Getting Started with WinCC OA: Part 10 - Panel Nesting and $-Parameters

Welcome back to “Getting Started with WinCC OA”! If you aren’t familiar with the series’ previous topics, it’s recommended that you read the prior installments before proceeding:

Way back in Part 3 of “Getting Started with WinCC OA”, we investigated the basics of panel creation and development by adding objects and configuring their properties. In Part 10, we’ll dive back into the world of panels by looking at panel nesting and the mechanism with which we pass information from one panel to its nested counterpart: $-Parameters.

Panel References/Embedded Panels

Panel references are used to insert or nest existing panels (reference panels) into other panels (parent panels). This is useful for creating commonly repeated objects like valves or motors and utilizing them in larger systems. If changes are made to the original panel, all references will similarly update within their parent panel.

To create a panel reference, simply drag a panel from the Project View tree onto the working space of another panel.

$-Parameters

Often, developers will want a reference panel to receive specific properties from its parent panel (including, but not limited to, colors, dpes, and text); This is done via $-Parameters(dollar parameters). $-Parameters are defined in reference panel scripting simply by placing a “$” in front of a variable name. Whenever a reference panel is added to a parent panel, a “Reference Defining” popup will appear and the user can configure $-Parameters as they choose. $-Parameters can be later changed by either:

  1. Double-clicking the panel reference to bring up the “Reference Defining” popup
  2. Changing the $-Parameters directly in the panel properties

Example

To continue with our evolving example panel from prior “Getting Started with WinCC OA” installments, let’s now assume that we now have three motors that we want to use with our TestPanel.
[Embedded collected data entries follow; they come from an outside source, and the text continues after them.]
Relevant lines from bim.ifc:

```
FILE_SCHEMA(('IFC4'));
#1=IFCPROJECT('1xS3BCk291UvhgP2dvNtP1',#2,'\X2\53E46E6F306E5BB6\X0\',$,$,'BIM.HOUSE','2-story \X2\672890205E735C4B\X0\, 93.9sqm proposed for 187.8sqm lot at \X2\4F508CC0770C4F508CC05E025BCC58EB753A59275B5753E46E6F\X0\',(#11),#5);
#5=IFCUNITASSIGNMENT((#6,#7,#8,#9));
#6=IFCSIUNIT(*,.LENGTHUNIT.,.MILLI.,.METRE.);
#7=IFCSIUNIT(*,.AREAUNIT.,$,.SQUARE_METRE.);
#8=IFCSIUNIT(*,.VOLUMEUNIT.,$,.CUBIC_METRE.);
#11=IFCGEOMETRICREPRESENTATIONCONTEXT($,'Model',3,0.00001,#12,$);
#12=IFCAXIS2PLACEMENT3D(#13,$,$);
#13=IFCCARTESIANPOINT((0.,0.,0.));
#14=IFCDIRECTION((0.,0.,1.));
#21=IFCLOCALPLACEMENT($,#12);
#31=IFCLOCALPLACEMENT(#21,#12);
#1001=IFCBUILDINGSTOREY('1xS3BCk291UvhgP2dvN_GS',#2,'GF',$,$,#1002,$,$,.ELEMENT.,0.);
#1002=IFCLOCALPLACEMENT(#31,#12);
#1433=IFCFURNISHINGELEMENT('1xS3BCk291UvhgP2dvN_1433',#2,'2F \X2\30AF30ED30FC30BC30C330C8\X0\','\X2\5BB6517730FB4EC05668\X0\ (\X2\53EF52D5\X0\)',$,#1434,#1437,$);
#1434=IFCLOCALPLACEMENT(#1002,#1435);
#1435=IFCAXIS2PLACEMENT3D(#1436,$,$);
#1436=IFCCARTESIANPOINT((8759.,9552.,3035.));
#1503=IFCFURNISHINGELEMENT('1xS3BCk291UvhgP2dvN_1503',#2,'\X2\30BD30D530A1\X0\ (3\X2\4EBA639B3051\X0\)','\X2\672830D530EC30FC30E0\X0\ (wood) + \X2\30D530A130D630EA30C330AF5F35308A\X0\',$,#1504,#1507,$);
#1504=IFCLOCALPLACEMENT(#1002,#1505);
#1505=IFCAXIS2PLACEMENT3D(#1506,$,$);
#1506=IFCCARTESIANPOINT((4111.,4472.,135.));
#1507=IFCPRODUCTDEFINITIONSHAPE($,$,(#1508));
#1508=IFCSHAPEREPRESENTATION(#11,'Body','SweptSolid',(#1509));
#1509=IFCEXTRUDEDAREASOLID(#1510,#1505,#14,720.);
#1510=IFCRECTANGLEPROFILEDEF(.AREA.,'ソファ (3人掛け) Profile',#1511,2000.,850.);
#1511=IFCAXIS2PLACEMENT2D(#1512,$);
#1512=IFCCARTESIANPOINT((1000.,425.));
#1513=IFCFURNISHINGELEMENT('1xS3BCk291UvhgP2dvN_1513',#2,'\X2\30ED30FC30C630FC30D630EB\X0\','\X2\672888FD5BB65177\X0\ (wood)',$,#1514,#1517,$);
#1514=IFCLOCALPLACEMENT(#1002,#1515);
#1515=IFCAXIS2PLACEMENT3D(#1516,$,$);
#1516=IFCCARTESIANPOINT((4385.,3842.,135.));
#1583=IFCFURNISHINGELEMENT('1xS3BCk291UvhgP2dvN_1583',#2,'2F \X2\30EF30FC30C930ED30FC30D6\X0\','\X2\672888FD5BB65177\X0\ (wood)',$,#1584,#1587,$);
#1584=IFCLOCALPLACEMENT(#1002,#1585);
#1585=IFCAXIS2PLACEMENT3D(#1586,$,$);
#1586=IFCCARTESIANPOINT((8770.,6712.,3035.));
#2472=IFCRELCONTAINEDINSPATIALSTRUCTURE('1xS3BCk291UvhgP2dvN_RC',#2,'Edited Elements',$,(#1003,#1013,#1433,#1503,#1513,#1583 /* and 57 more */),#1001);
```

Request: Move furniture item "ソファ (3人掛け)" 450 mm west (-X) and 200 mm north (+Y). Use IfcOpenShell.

```python
import ifcopenshell
import ifcopenshell.api.geometry
import ifcopenshell.util.placement
import ifcopenshell.util.unit

model = ifcopenshell.open("bim.ifc")
unit_scale = ifcopenshell.util.unit.calculate_unit_scale(model)

item = model.by_guid("1xS3BCk291UvhgP2dvN_1503")
matrix = ifcopenshell.util.placement.get_local_placement(item.ObjectPlacement)
matrix[0, 3] -= 0.45 / unit_scale
matrix[1, 3] += 0.2 / unit_scale
ifcopenshell.api.geometry.edit_object_placement(model, product=item, matrix=matrix, is_si=False)

print(ifcopenshell.util.placement.get_local_placement(item.ObjectPlacement).round(3) + 0.0)

model.write("bim_edited.ifc")
```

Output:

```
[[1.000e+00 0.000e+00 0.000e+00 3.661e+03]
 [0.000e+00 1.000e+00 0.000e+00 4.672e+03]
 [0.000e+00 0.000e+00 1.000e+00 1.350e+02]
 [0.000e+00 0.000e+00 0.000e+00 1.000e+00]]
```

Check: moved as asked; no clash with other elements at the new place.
With two additional motors, we must first add additional datapoints in Para to represent the new motors’ PLC tags. Simply add two new datapoints (“myMotor2” and “myMotor3”) underneath our “myDatapointType” datapoint type.

Now that we have our additional motors configured in Para, we’ll want to create three references of TestPanel in another parent panel. However, our current TestPanel is configured to work only with the “myMotor” datapoint.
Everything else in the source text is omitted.